◆ **Problem requirements**: Your job with the data below is to output exactly the lines from the one holding "#169=IFCSHAPEREPRESENTATION(#168,'Body','Tessellation',(#167));" down to the one holding "#174=IFCRELAGGREGATES('0000000000000000000009',$,$,$,#11,(#13));", both included, and no others.

Collected data
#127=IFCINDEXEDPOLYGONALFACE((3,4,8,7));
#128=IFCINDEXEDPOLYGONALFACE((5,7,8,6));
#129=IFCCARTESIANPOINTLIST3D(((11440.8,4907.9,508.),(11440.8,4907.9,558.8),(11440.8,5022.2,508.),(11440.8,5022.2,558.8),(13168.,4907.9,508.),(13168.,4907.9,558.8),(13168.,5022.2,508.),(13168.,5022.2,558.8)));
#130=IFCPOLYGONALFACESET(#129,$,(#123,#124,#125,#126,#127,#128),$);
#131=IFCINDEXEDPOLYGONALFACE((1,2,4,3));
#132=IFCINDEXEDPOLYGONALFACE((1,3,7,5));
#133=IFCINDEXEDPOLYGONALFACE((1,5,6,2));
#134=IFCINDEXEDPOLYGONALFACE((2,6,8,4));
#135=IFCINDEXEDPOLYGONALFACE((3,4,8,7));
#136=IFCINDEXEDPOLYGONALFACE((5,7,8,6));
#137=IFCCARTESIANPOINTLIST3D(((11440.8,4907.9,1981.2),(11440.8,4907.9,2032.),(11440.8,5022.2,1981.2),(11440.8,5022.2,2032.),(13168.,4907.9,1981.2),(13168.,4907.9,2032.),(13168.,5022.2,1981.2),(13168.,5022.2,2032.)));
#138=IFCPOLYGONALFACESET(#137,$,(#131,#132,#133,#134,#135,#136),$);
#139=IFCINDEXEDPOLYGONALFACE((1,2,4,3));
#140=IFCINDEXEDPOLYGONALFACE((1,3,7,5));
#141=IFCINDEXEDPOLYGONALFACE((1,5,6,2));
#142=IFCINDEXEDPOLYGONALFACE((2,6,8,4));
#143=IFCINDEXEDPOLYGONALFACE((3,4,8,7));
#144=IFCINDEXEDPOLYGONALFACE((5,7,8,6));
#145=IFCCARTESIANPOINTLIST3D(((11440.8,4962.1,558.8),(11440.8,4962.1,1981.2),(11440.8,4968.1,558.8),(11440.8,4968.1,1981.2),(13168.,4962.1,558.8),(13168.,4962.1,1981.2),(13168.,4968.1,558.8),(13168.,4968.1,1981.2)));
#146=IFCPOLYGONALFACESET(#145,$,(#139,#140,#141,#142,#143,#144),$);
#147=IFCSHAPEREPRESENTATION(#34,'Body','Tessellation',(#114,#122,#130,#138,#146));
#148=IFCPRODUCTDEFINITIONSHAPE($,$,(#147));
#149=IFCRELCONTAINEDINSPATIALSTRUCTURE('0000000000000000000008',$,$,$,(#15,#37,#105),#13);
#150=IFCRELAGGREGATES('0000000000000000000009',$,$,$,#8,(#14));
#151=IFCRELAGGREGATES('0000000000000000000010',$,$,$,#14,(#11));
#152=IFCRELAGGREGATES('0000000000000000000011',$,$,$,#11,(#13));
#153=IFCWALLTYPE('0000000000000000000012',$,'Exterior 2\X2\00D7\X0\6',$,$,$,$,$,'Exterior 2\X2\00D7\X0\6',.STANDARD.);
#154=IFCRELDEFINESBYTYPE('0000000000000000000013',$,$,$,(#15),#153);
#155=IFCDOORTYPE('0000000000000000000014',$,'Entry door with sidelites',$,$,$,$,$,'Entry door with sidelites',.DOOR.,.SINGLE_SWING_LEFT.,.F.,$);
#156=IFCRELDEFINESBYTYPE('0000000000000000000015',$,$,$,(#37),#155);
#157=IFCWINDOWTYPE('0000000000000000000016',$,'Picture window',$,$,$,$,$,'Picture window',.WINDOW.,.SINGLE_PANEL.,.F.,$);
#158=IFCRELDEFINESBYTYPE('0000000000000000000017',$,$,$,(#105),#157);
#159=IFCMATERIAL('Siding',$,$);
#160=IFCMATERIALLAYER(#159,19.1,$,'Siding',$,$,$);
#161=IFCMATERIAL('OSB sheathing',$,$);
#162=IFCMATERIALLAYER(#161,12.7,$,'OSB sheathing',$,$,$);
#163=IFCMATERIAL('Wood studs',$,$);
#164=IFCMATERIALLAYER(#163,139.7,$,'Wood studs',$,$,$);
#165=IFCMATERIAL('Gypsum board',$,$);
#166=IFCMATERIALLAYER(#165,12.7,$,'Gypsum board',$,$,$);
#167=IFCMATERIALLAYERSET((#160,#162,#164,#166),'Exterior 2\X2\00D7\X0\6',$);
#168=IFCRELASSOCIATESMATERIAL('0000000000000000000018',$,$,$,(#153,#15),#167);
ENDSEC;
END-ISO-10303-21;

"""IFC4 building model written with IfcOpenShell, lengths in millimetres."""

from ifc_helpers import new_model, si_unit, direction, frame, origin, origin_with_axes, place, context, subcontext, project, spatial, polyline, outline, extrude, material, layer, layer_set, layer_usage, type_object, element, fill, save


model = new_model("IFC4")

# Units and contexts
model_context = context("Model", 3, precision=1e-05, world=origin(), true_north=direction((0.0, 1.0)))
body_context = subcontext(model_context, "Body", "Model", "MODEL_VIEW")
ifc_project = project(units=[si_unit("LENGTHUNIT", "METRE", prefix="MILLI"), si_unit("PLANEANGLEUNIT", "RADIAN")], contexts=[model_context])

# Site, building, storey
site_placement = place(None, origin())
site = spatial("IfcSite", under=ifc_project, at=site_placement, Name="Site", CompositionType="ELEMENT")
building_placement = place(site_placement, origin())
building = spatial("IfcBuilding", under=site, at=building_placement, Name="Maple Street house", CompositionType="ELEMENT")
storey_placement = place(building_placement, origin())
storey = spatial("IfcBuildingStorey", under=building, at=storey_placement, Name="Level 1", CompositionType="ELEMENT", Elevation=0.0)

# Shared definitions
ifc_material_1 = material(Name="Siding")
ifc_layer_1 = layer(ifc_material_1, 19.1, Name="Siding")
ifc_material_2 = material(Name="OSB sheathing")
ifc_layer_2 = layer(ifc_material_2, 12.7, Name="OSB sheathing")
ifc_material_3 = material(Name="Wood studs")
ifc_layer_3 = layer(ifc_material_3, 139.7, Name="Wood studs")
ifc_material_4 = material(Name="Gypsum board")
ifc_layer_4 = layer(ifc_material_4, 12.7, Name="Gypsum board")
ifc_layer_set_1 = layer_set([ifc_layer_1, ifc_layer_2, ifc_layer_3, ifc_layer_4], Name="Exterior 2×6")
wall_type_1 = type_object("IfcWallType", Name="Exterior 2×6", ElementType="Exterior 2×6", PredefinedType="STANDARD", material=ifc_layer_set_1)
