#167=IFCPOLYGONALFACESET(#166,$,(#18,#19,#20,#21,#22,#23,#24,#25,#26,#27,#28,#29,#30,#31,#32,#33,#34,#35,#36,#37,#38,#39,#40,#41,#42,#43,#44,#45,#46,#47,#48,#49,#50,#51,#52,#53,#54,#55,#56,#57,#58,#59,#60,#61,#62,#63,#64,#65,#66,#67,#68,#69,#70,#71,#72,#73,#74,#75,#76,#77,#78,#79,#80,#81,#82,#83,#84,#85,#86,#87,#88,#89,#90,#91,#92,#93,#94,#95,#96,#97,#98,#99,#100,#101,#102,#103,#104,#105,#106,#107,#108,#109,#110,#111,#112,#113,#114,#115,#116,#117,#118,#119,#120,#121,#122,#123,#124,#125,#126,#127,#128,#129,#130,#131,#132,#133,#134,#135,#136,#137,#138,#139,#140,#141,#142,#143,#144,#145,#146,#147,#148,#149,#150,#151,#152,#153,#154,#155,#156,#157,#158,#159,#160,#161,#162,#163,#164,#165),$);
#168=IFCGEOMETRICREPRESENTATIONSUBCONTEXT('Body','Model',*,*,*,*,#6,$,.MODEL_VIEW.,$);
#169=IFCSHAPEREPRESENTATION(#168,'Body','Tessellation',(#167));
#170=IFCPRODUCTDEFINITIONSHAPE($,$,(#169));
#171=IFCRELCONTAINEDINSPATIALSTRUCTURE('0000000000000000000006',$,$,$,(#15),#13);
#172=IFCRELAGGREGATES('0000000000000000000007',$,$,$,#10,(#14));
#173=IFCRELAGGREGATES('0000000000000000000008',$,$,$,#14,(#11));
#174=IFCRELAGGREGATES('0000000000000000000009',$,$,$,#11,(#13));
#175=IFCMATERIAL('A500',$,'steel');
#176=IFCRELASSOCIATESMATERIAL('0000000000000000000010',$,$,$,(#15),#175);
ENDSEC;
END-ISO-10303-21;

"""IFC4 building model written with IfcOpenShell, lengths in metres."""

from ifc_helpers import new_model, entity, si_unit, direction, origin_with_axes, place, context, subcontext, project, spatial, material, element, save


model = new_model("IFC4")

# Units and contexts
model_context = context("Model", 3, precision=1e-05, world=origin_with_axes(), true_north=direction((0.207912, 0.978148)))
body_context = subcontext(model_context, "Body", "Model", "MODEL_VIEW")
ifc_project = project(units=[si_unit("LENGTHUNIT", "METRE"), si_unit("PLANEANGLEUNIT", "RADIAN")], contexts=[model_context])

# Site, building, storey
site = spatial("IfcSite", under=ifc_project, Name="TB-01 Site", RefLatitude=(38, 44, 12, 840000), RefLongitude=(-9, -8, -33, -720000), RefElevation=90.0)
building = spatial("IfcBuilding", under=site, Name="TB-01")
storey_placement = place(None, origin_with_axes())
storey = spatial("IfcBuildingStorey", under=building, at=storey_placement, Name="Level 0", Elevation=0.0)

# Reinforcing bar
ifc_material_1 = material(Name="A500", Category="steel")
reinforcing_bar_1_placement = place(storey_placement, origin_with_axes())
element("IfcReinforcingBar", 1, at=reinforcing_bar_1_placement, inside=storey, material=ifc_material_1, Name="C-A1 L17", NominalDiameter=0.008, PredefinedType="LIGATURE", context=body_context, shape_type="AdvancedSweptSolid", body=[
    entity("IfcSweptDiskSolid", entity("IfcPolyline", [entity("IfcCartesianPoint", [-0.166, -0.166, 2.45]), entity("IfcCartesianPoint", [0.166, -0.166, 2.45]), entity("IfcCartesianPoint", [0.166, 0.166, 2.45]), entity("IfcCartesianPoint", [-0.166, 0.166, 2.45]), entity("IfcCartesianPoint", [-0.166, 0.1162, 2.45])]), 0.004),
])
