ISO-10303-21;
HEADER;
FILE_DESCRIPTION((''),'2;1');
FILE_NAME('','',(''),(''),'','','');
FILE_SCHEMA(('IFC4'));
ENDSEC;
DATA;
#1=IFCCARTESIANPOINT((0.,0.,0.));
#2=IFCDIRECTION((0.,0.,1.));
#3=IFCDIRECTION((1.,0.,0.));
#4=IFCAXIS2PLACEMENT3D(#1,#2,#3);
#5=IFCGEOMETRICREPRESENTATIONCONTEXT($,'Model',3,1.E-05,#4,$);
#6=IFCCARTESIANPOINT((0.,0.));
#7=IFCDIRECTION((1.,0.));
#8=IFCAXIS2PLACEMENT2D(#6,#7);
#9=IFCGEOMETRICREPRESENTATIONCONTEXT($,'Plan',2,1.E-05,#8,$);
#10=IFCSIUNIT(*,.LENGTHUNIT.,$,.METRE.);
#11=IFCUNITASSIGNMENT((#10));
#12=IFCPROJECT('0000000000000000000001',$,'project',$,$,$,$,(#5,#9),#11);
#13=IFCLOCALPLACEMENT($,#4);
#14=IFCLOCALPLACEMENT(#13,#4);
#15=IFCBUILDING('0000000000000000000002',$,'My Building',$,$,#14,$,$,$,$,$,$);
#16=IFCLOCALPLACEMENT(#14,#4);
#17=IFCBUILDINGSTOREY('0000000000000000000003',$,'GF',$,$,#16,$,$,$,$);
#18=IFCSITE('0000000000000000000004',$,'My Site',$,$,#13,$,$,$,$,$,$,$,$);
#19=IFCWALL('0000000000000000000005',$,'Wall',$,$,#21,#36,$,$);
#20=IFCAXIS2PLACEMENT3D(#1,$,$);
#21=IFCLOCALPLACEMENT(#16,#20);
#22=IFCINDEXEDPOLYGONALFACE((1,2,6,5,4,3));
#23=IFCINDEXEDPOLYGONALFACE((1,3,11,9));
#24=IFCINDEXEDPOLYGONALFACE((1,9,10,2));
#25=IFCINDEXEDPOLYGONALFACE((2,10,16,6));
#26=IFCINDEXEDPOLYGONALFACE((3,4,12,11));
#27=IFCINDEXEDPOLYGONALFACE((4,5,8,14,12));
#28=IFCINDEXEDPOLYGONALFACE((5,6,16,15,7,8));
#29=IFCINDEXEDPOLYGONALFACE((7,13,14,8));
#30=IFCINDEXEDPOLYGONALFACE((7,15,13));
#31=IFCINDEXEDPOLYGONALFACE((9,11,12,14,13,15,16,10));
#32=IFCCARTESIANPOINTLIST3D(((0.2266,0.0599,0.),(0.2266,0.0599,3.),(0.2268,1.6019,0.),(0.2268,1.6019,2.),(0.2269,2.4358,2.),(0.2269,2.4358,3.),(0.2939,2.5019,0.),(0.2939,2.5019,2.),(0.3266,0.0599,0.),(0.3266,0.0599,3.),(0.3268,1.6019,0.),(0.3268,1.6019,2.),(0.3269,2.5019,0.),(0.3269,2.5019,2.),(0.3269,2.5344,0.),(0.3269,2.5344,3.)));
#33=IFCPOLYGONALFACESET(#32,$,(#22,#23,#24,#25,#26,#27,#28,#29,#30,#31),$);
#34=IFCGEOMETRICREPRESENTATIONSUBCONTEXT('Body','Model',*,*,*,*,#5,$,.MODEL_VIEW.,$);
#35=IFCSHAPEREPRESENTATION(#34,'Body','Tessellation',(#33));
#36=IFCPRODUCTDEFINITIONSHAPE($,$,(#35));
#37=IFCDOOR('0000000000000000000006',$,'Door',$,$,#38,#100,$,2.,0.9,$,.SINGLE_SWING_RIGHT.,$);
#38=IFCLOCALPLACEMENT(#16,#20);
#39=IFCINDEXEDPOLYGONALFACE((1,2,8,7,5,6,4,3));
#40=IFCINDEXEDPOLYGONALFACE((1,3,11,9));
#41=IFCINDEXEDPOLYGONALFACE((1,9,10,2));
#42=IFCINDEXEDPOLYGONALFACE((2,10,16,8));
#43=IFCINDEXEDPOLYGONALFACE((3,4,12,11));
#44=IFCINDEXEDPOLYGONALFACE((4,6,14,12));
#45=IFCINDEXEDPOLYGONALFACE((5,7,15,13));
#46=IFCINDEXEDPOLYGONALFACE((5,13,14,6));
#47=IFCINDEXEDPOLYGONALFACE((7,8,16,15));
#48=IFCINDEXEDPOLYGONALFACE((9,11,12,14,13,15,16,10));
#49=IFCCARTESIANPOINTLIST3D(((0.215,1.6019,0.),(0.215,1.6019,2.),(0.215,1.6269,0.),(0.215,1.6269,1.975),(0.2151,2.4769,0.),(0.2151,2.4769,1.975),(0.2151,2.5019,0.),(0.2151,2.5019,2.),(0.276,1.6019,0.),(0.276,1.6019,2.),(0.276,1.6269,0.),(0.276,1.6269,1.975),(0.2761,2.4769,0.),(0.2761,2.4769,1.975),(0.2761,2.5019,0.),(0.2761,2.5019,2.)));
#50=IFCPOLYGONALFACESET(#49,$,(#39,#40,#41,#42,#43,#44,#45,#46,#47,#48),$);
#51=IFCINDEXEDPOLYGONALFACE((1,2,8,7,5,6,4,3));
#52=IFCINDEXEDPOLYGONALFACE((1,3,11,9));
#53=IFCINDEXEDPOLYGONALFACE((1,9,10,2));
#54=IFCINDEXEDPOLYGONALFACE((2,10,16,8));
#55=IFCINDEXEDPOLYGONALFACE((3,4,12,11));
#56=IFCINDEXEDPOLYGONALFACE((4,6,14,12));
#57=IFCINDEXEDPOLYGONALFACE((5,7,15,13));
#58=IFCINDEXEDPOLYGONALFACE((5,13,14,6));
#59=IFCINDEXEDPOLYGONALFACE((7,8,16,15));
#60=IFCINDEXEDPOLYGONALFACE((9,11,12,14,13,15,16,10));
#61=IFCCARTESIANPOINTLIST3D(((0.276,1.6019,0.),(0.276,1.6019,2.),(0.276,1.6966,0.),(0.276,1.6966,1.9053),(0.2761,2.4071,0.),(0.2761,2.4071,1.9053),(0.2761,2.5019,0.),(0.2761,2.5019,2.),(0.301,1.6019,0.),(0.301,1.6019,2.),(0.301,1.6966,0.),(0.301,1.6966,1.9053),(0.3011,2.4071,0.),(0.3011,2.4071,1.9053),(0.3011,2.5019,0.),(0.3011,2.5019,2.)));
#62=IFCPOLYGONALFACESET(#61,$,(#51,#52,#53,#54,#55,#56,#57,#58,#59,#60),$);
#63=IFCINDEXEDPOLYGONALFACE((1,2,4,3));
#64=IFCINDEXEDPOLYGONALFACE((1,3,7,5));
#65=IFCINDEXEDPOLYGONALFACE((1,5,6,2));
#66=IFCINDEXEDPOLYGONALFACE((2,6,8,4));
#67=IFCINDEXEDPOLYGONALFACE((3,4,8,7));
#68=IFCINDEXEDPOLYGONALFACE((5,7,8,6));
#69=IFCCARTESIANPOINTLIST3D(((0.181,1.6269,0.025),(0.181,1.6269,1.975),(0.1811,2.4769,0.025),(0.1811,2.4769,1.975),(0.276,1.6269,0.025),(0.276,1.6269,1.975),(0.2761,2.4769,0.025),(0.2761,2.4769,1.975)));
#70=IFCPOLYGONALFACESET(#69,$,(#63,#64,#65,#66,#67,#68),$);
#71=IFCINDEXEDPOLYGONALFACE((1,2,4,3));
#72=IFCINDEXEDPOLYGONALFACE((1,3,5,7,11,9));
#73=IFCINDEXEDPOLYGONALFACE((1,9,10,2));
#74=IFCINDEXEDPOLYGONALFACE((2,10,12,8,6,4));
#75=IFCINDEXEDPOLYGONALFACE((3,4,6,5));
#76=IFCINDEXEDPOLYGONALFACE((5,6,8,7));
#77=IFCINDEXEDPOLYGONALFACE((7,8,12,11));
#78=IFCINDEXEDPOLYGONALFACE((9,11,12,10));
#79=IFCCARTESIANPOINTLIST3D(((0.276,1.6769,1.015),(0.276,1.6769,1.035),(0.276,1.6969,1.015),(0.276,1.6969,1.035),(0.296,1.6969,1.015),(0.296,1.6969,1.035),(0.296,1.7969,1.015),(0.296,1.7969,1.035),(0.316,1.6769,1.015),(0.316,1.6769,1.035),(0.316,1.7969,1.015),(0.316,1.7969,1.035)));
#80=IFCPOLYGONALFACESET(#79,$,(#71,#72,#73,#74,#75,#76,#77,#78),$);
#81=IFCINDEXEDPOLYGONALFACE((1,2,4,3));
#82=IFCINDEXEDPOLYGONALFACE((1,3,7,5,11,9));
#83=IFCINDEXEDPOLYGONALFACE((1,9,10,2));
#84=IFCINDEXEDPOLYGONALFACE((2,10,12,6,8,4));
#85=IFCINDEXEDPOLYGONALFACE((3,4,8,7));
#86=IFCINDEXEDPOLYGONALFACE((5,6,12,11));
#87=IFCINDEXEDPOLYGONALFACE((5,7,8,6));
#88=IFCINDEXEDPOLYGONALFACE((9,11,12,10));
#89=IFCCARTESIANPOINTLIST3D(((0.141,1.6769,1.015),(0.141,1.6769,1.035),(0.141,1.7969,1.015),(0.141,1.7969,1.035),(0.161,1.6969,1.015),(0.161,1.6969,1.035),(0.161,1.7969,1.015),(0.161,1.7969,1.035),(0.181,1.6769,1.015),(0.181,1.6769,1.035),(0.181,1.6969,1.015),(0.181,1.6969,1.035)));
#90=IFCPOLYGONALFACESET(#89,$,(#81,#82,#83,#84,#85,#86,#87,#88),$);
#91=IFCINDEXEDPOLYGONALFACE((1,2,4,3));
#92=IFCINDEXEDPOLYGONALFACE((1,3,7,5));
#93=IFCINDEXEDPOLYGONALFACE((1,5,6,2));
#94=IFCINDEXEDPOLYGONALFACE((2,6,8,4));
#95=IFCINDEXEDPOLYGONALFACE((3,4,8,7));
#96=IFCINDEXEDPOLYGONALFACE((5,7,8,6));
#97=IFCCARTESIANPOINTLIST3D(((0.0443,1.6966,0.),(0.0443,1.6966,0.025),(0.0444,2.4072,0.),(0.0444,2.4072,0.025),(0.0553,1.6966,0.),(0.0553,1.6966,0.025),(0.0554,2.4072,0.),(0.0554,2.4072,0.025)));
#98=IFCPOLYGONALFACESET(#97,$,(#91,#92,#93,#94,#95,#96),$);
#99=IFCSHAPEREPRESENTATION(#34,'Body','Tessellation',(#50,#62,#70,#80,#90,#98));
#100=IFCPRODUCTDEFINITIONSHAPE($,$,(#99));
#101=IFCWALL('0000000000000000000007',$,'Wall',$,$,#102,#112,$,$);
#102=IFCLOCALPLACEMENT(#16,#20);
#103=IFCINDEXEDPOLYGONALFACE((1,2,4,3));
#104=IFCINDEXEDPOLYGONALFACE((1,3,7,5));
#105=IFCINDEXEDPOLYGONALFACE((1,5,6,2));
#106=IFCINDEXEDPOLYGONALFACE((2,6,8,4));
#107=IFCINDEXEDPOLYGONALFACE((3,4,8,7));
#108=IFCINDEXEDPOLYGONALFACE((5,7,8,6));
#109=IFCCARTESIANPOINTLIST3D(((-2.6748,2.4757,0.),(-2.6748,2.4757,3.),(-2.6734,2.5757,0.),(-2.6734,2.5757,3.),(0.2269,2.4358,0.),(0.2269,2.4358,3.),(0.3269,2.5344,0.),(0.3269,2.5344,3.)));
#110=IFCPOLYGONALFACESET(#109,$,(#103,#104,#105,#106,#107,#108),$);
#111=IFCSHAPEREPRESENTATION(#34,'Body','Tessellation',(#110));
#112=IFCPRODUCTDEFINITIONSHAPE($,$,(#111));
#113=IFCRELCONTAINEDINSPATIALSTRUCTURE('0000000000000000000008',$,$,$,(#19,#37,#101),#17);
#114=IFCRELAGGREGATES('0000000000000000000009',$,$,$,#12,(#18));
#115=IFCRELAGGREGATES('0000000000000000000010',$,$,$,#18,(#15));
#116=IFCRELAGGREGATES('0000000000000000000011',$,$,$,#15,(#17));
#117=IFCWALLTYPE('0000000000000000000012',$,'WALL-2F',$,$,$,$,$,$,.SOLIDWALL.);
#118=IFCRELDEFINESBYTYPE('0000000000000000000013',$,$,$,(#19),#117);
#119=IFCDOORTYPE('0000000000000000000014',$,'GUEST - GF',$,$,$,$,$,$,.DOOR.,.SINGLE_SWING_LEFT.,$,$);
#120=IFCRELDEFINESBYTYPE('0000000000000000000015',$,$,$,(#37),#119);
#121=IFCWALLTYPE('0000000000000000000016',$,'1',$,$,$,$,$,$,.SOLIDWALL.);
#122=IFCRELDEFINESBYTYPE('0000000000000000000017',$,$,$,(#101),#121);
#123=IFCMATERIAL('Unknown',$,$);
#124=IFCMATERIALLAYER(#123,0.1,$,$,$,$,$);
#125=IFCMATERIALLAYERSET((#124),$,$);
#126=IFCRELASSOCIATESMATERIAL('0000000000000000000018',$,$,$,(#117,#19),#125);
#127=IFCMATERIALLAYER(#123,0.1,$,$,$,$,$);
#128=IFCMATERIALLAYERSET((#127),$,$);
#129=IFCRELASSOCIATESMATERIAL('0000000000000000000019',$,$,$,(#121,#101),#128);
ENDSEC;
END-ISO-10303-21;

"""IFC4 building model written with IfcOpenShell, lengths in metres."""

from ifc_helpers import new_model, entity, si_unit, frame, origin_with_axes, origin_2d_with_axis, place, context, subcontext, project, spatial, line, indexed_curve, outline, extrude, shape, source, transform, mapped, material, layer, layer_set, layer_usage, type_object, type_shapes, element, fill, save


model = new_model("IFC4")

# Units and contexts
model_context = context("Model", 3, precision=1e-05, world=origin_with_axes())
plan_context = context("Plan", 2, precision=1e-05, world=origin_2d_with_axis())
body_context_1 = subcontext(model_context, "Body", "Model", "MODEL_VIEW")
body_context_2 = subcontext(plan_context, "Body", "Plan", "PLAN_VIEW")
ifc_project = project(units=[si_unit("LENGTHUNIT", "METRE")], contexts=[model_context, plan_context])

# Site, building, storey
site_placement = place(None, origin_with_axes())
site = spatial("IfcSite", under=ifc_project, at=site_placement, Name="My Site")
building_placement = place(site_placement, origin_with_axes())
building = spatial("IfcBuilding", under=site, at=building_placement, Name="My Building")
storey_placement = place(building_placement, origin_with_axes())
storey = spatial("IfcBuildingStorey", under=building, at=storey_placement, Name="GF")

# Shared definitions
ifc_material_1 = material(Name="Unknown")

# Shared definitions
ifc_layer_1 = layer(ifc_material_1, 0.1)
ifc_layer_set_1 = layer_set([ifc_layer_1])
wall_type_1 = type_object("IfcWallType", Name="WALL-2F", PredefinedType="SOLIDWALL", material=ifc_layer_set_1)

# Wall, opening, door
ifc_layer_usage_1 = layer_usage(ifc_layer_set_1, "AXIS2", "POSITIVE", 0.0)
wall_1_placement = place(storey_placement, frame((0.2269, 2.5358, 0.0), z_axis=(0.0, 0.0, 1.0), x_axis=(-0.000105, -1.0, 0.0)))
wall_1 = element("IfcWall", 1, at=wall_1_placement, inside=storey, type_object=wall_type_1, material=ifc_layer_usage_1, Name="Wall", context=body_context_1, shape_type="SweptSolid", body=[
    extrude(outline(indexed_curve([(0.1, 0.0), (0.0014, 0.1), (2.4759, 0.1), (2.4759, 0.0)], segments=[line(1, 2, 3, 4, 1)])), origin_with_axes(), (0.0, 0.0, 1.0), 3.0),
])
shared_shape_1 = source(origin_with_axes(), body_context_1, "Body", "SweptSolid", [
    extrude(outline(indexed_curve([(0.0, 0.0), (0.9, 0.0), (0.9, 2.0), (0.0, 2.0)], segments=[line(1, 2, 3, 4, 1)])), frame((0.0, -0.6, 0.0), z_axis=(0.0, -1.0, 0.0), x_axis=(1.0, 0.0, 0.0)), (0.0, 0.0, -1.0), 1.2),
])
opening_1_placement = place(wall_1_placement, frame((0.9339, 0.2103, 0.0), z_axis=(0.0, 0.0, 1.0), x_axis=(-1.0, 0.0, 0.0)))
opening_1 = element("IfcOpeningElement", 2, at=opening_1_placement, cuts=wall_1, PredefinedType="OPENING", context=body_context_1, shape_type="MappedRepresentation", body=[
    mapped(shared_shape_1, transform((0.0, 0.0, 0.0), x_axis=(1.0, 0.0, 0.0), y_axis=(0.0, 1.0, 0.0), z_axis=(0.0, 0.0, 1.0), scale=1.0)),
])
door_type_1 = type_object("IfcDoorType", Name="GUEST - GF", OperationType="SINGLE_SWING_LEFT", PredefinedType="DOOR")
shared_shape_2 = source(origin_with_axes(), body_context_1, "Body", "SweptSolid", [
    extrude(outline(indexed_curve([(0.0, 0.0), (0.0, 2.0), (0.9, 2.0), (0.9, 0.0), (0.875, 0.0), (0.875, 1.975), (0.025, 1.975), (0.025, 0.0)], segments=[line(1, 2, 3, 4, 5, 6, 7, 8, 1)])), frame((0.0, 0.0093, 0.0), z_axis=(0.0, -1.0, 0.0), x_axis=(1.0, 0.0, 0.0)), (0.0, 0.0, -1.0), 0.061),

◆ **Exercise solution**:
#169=IFCSHAPEREPRESENTATION(#168,'Body','Tessellation',(#167));
#170=IFCPRODUCTDEFINITIONSHAPE($,$,(#169));
#171=IFCRELCONTAINEDINSPATIALSTRUCTURE('0000000000000000000006',$,$,$,(#15),#13);
#172=IFCRELAGGREGATES('0000000000000000000007',$,$,$,#10,(#14));
#173=IFCRELAGGREGATES('0000000000000000000008',$,$,$,#14,(#11));
#174=IFCRELAGGREGATES('0000000000000000000009',$,$,$,#11,(#13));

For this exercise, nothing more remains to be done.